The RB545's liquid hydrogen precooler had issues with embrittlement, patents and The Official Secrets Act, and so the newer SABRE design instead uses a closed-cycle precooling system with gaseous helium coolant. Unlike the RB545, SABRE does not actually separate the oxygen from the nitrogen, nor does it liquify the air. Instead, after precooling, a turbocompressor is employed to raise the air's pressure before injecting it into a combustion chamber, in very similar fashion to the compressor on a conventional jet engine. The helium coolant is in turn cooled by a heat exchanger with the liquid hydrogen fuel. The liquid hydrogen fuel boils and is sent off to a ramjet to be burnt. The helium coolant loop is designed to be self starting, and in fact heat collected by the helium coolant loop is used to power the turbocompressor and the fuel and LOX turbopumps.

One potential problem with the precooler is to prevent freezing atmospheric water vapour and blocking the precooler. Research suggests that the precooler is possible, or atleast quite plausible and, specifically, rejection of condensed water before it freezes has been demonstrated.

Another change is that the SABRE system uses a number of engines of various sizes, each tuned to a different performance niche. Instead of one large "one size fits all" engine as in HOTOL, SABRE uses two pure-rocket engines centered behind a large shock cone in the center, surrounded by a ring of smaller combustors similar to an afterburner on a conventional jet engine. After being launched and brought to speed by a short burst of the rockets, the ramjets are started, fed by air bled from the shock cone. As the craft ascends the air is increasingly fed into the center through the precooler, first to provide denser air to the ramjets, and later to provide oxygen to the rocket engines. At Mach 5.5 the ramjets become inefficient and are powered down, and stored liquid oxygen is used for the rest of the ascent. Again, the losses due to carrying around a number of engines that will be turned off for some portion of the flight appear to be heavy, yet the gains in efficiency while running appear to more than make up for this.

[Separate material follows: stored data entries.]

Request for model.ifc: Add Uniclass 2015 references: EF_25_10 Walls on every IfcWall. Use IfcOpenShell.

First a look at what the model holds.

```python
import ifcopenshell

model = ifcopenshell.open("model.ifc")
print(model.schema)
print("classifications:", [c.Name for c in model.by_type("IfcClassification")])
for ifc_class in ("IfcDoor", "IfcRoof", "IfcStair", "IfcWall", "IfcWindow"):
    print(ifc_class, len(model.by_type(ifc_class)))
```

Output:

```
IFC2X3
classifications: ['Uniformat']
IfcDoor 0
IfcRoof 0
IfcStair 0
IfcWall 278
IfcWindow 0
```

```python
import ifcopenshell
import ifcopenshell.api.classification

model = ifcopenshell.open("model.ifc")

# IFC2X3 requires Source and Edition and has no link from the project to the system.
system = model.create_entity("IfcClassification", Source="NBS", Edition="2015", Name="Uniclass 2015")

codes = {
    "IfcWall": ("EF_25_10", "Walls"),
}
for ifc_class, (code, name) in codes.items():
    products = model.by_type(ifc_class)
    ifcopenshell.api.classification.add_reference(
        model, products=products, classification=system, identification=code, name=name
    )
    print(code, len(products))

model.write("model_rev.ifc")
```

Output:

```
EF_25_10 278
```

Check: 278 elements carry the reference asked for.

The designed thrust/weight ratio of SABRE ends up several times higher—up to 14, compared to about 5 for conventional jet engines, and 2 for scramjets; whilst giving very good fuel efficiency—about 2800 seconds. It also gives much better performance than the RB545 engine.

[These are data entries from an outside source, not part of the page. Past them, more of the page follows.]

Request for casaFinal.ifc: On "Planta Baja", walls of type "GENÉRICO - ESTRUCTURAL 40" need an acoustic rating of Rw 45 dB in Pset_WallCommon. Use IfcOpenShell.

First a look at what the model holds.

```python
import ifcopenshell
import ifcopenshell.util.element

model = ifcopenshell.open("casaFinal.ifc")
print(model.schema)
storey = next(s for s in model.by_type("IfcBuildingStorey") if s.Name == "Planta Baja")
walls = [e for e in ifcopenshell.util.element.get_decomposition(storey) if e.is_a("IfcWall")]
seen = {}
for e in walls:
    element_type = ifcopenshell.util.element.get_type(e)
    key = (element_type.Name if element_type != e and element_type else None, ifcopenshell.util.element.get_pset(e, "Pset_WallCommon", "AcousticRating"))
    seen[key] = seen.get(key, 0) + 1
for (name, value), count in sorted(seen.items(), key=str):
    print(count, "x", name, "|", value)
```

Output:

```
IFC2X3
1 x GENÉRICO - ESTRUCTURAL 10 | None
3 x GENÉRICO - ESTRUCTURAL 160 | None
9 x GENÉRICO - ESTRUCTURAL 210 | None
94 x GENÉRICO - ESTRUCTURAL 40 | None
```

```python
import ifcopenshell
import ifcopenshell.api.pset
import ifcopenshell.util.element

model = ifcopenshell.open("casaFinal.ifc")

storey = next(s for s in model.by_type("IfcBuildingStorey") if s.Name == "Planta Baja")
walls = [e for e in ifcopenshell.util.element.get_decomposition(storey) if e.is_a("IfcWall")]

count = 0
for e in walls:
    element_type = ifcopenshell.util.element.get_type(e)
    if element_type in (None, e) or element_type.Name != "GENÉRICO - ESTRUCTURAL 40":
        continue
    # add_pset returns the element's existing set when there is one.
    pset = ifcopenshell.api.pset.add_pset(model, product=e, name="Pset_WallCommon")
    ifcopenshell.api.pset.edit_pset(model, pset=pset, properties={"AcousticRating": "Rw 45 dB"})
    count += 1

print(count, "walls updated")

model.write("casaFinal_v2.ifc")
```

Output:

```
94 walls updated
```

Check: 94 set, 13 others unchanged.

The combination of high fuel efficiency and low mass engines means that a single stage to orbit approach for Skylon can be employed, with airbreathing to mach 5.5+, and with the vehicle reaching orbit with more payload mass per take-off mass than just about any non-nuclear launch vehicle ever proposed.

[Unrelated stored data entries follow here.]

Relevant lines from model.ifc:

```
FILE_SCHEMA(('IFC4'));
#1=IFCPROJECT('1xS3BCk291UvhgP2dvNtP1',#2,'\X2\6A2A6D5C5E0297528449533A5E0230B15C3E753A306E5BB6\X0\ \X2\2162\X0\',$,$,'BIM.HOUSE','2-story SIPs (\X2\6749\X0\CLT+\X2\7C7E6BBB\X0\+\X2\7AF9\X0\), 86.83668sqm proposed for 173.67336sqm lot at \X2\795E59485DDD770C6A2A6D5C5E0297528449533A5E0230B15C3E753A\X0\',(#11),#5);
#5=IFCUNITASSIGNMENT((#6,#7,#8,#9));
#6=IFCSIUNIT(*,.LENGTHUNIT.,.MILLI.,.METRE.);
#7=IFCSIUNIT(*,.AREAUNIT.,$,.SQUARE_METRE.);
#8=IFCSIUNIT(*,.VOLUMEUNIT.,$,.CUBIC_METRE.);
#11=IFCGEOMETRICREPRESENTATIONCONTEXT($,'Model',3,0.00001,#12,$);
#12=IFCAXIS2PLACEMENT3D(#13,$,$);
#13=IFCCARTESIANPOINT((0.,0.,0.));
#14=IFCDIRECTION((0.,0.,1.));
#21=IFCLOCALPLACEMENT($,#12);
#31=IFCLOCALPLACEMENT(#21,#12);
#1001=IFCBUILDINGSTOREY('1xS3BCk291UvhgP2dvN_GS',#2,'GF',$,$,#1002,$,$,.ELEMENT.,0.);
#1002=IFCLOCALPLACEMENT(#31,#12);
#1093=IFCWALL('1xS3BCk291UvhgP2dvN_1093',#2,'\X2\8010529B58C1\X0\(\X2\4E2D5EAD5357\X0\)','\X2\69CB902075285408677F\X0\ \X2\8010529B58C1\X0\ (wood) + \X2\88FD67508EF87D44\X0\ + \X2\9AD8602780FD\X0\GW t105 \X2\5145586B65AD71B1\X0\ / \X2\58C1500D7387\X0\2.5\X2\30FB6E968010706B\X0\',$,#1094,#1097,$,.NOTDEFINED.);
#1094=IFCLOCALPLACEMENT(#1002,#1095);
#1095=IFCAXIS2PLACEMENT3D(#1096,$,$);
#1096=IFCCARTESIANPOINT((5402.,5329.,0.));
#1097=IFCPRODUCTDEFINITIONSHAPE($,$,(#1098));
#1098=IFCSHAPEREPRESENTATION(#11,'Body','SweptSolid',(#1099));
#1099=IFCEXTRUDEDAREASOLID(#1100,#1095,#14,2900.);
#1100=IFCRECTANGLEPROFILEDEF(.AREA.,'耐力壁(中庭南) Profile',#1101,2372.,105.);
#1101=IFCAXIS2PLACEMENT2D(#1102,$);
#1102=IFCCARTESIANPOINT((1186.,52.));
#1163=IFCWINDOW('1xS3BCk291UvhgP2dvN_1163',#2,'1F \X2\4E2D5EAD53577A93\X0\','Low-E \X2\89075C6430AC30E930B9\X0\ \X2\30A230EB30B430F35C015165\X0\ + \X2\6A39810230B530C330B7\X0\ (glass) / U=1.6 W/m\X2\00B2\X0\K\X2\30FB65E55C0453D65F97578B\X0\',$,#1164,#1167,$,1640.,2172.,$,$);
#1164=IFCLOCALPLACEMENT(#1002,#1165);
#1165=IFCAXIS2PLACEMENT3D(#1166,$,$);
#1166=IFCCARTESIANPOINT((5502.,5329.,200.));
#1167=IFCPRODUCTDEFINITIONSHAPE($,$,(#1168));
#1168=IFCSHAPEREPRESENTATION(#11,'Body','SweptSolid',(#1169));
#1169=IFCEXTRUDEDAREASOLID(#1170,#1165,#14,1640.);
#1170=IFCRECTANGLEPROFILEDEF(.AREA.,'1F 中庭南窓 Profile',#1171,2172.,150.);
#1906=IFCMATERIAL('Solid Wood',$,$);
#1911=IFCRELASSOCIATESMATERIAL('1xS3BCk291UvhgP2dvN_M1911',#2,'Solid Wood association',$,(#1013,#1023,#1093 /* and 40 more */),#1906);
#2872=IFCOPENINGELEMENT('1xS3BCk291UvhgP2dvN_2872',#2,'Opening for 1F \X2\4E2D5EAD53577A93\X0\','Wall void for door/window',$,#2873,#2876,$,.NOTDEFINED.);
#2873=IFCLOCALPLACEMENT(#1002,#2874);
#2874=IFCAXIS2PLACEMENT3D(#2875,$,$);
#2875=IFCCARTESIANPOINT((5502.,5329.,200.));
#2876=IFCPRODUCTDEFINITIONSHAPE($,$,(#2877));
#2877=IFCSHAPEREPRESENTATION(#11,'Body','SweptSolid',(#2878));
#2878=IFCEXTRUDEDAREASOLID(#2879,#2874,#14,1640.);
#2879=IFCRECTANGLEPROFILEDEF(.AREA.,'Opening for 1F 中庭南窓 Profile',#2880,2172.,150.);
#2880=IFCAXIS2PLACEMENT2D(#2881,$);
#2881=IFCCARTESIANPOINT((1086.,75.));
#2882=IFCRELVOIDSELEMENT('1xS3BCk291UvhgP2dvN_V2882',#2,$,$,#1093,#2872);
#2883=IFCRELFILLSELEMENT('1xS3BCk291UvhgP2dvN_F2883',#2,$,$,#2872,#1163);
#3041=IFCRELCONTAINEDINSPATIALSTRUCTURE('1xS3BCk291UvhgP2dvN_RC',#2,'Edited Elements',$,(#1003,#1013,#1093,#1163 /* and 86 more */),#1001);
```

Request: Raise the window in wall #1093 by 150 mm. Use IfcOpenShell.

```python
import numpy as np
import ifcopenshell
import ifcopenshell.api.geometry
import ifcopenshell.util.placement
import ifcopenshell.util.unit

model = ifcopenshell.open("model.ifc")
unit_scale = ifcopenshell.util.unit.calculate_unit_scale(model)

window = model.by_guid("1xS3BCk291UvhgP2dvN_1163")
opening = window.FillsVoids[0].RelatingOpeningElement
dz = 150.0

shift = np.array([0.0, 0.0, dz])
# The window is not placed relative to its opening, so move both.
for product in (opening, window):
    matrix = ifcopenshell.util.placement.get_local_placement(product.ObjectPlacement)
    matrix[:3, 3] += shift
    ifcopenshell.api.geometry.edit_object_placement(model, product=product, matrix=matrix, is_si=False)

print(f"moved by {dz * unit_scale:+.3f} m")

model.write("model_edited.ifc")
```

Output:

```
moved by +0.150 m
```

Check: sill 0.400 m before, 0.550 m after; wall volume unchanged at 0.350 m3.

Like the RB545, the precooler idea adds mass and complexity to the system, normally the antithesis of rocket design. In addition, the precooler is also the most aggressive and difficult part of the whole SABRE design; the mass of this heat exchanger is an order of magnitude better than has been achieved previously; experimental work gives good reason to believe that this can be achieved, and small sections of a real precooler now exist.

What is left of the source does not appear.